[ReFox XI Plus V11 54 2008 522
Luther Lazaro
The processes of oxidation and reduction occur simultaneously and cannot occur independently.[5] In redox processes, the reductant transfers electrons to the oxidant. Thus, in the reaction, the reductant or reducing agent loses electrons and is oxidized, and the oxidant or oxidizing agent gains electrons and is reduced. The pair of an oxidizing and reducing agent that is involved in a particular reaction is called a redox pair. A redox couple is a reducing species and its corresponding oxidizing form,[7] e.g., Fe2+
/ Fe3+
.The oxidation alone and the reduction alone are each called a half-reaction because two half-reactions always occur together to form a whole reaction.[5]
Reductants in chemistry are very diverse. Electropositive elemental metals, such as lithium, sodium, magnesium, iron, zinc, and aluminium, are good reducing agents. These metals donate electrons relatively readily.[citation needed]
The electrochemist John Bockris proposed the words electronation and deelectronation to describe reduction and oxidation processes, respectively, when they occur at electrodes.[15] These words are analogous to protonation and deprotonation.[16] They have not been widely adopted by chemists worldwide,[citation needed] although IUPAC has recognized the terms electronation[17] and de-electronation.[18]
Redox reactions can occur slowly, as in the formation of rust, or rapidly, as in the case of burning fuel. Electron transfer reactions are generally fast, occurring within the time of mixing.[citation needed]
The mechanisms of atom-transfer reactions are highly variable because many kinds of atoms can be transferred. Such reactions can also be quite complex, involving many steps. The mechanisms of electron-transfer reactions occur by two distinct pathways, inner sphere electron transfer and outer sphere electron transfer.[citation needed]

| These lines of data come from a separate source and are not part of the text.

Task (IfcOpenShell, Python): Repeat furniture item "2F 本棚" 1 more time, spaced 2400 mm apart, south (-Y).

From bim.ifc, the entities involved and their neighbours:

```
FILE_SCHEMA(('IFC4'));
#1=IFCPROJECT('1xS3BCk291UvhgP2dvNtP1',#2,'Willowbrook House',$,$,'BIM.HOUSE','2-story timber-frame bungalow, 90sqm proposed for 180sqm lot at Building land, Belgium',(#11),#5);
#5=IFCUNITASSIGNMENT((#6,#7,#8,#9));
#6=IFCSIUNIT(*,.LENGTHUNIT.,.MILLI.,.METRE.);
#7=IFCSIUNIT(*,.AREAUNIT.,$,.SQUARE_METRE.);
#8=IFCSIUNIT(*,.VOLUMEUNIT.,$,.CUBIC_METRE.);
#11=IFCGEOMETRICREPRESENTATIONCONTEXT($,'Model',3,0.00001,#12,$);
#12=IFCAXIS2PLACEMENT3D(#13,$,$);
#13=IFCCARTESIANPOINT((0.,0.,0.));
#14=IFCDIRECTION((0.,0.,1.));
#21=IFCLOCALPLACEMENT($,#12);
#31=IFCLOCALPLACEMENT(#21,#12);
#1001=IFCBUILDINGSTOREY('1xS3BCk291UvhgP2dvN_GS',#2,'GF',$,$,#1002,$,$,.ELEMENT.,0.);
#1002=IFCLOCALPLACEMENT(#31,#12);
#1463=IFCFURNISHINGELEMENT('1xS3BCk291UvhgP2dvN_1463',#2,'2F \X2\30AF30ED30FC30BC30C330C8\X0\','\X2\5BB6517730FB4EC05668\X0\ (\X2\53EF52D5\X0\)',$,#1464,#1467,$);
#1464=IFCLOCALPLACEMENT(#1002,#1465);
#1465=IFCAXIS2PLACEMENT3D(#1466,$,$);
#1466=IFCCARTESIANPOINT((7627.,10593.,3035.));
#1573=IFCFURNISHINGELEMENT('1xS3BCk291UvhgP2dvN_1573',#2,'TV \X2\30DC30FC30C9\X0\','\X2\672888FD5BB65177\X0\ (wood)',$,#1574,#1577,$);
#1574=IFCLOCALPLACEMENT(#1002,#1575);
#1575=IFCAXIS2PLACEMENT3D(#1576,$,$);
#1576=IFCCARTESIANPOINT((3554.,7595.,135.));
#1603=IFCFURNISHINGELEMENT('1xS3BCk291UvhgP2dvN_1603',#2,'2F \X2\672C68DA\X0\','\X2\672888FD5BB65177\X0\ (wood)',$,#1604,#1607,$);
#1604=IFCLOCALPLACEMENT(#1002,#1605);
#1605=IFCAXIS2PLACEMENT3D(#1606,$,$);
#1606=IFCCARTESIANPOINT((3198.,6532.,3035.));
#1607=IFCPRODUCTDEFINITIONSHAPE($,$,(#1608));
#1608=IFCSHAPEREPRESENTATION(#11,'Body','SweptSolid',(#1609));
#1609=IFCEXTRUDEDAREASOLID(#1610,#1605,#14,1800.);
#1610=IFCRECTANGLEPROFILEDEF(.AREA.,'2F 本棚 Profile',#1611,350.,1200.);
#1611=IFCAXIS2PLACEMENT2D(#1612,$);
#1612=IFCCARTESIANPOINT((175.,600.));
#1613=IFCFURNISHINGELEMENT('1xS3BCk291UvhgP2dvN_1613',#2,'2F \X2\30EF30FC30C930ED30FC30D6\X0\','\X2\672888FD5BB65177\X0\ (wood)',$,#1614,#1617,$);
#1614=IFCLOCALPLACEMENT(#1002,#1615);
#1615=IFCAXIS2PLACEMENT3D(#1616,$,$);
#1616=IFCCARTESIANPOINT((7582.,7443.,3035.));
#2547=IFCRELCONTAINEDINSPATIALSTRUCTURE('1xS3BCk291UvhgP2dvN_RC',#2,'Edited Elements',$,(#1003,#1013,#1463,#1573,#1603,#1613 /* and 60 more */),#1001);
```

```python
import numpy as np
import ifcopenshell
import ifcopenshell.api.geometry
import ifcopenshell.api.root
import ifcopenshell.util.element
import ifcopenshell.util.placement
import ifcopenshell.util.unit

model = ifcopenshell.open("bim.ifc")
unit_scale = ifcopenshell.util.unit.calculate_unit_scale(model)


def reuse_history(source, copy):
    """copy_class also copies each property set's owner history, people and application; keep the originals."""
    for rel in copy.IsDefinedBy:
        if rel.is_a("IfcRelDefinesByProperties") and (history := rel.RelatingPropertyDefinition.OwnerHistory):
            rel.RelatingPropertyDefinition.OwnerHistory = source.OwnerHistory
            ifcopenshell.util.element.remove_deep2(model, history)


source = model.by_guid("1xS3BCk291UvhgP2dvN_1603")
base = ifcopenshell.util.placement.get_local_placement(source.ObjectPlacement)
step = np.array([0.0, -1.0, 0.0]) * 2.4 / unit_scale

for i in range(1, 2):
    copy = ifcopenshell.api.root.copy_class(model, product=source)
    copy.Representation = ifcopenshell.util.element.copy_deep(
        model, source.Representation, exclude=["IfcGeometricRepresentationContext", "IfcRepresentationMap"]
    )
    reuse_history(source, copy)
    matrix = base.copy()
    matrix[:3, 3] += i * step
    print("added at", matrix[:3, 3].round(3) + 0.0)
    ifcopenshell.api.geometry.edit_object_placement(model, product=copy, matrix=matrix, is_si=False)

model.write("bim_rev.ifc")
```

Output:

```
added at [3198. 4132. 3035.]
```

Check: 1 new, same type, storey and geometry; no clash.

Each half-reaction has a standard electrode potential (Eo
cell), which is equal to the potential difference or voltage at equilibrium under standard conditions of an electrochemical cell in which the cathode reaction is the half-reaction considered, and the anode is a standard hydrogen electrode where hydrogen is oxidized:
The oxidation potential is a measure of the tendency of the reducing agent to be oxidized but does not represent the physical potential at an electrode. With this notation, the cell voltage equation is written with a plus sign
This reaction is spontaneous and releases 542 kJ per 2 g of hydrogen because the H-F bond is much stronger than the F-F bond. This reaction can be analyzed as two half-reactions. The oxidation reaction converts hydrogen to protons:
A disproportionation reaction is one in which a single substance is both oxidized and reduced. For example, thiosulfate ion with sulfur in oxidation state +2 can react in the presence of acid to form elemental sulfur (oxidation state 0) and sulfur dioxide (oxidation state +4).
Cathodic protection is a technique used to control the corrosion of a metal surface by making it the cathode of an electrochemical cell. A simple method of protection connects protected metal to a more easily corroded "sacrificial anode" to act as the anode. The sacrificial metal, instead of the protected metal, then corrodes. A common application of cathodic protection is in galvanized steel, in which a sacrificial coating of zinc on steel parts protects them from rust.[citation needed]
Redox reactions are the foundation of electrochemical cells, which can generate electrical energy or support electrosynthesis. Metal ores often contain metals in oxidized states such as oxides or sulfides, from which the pure metals are extracted by smelting at high temperature in the presence of a reducing agent. The process of electroplating uses redox reactions to coat objects with a thin layer of a material, as in chrome-plated automotive parts, silver plating cutlery, galvanization and gold-plated jewelry.[citation needed]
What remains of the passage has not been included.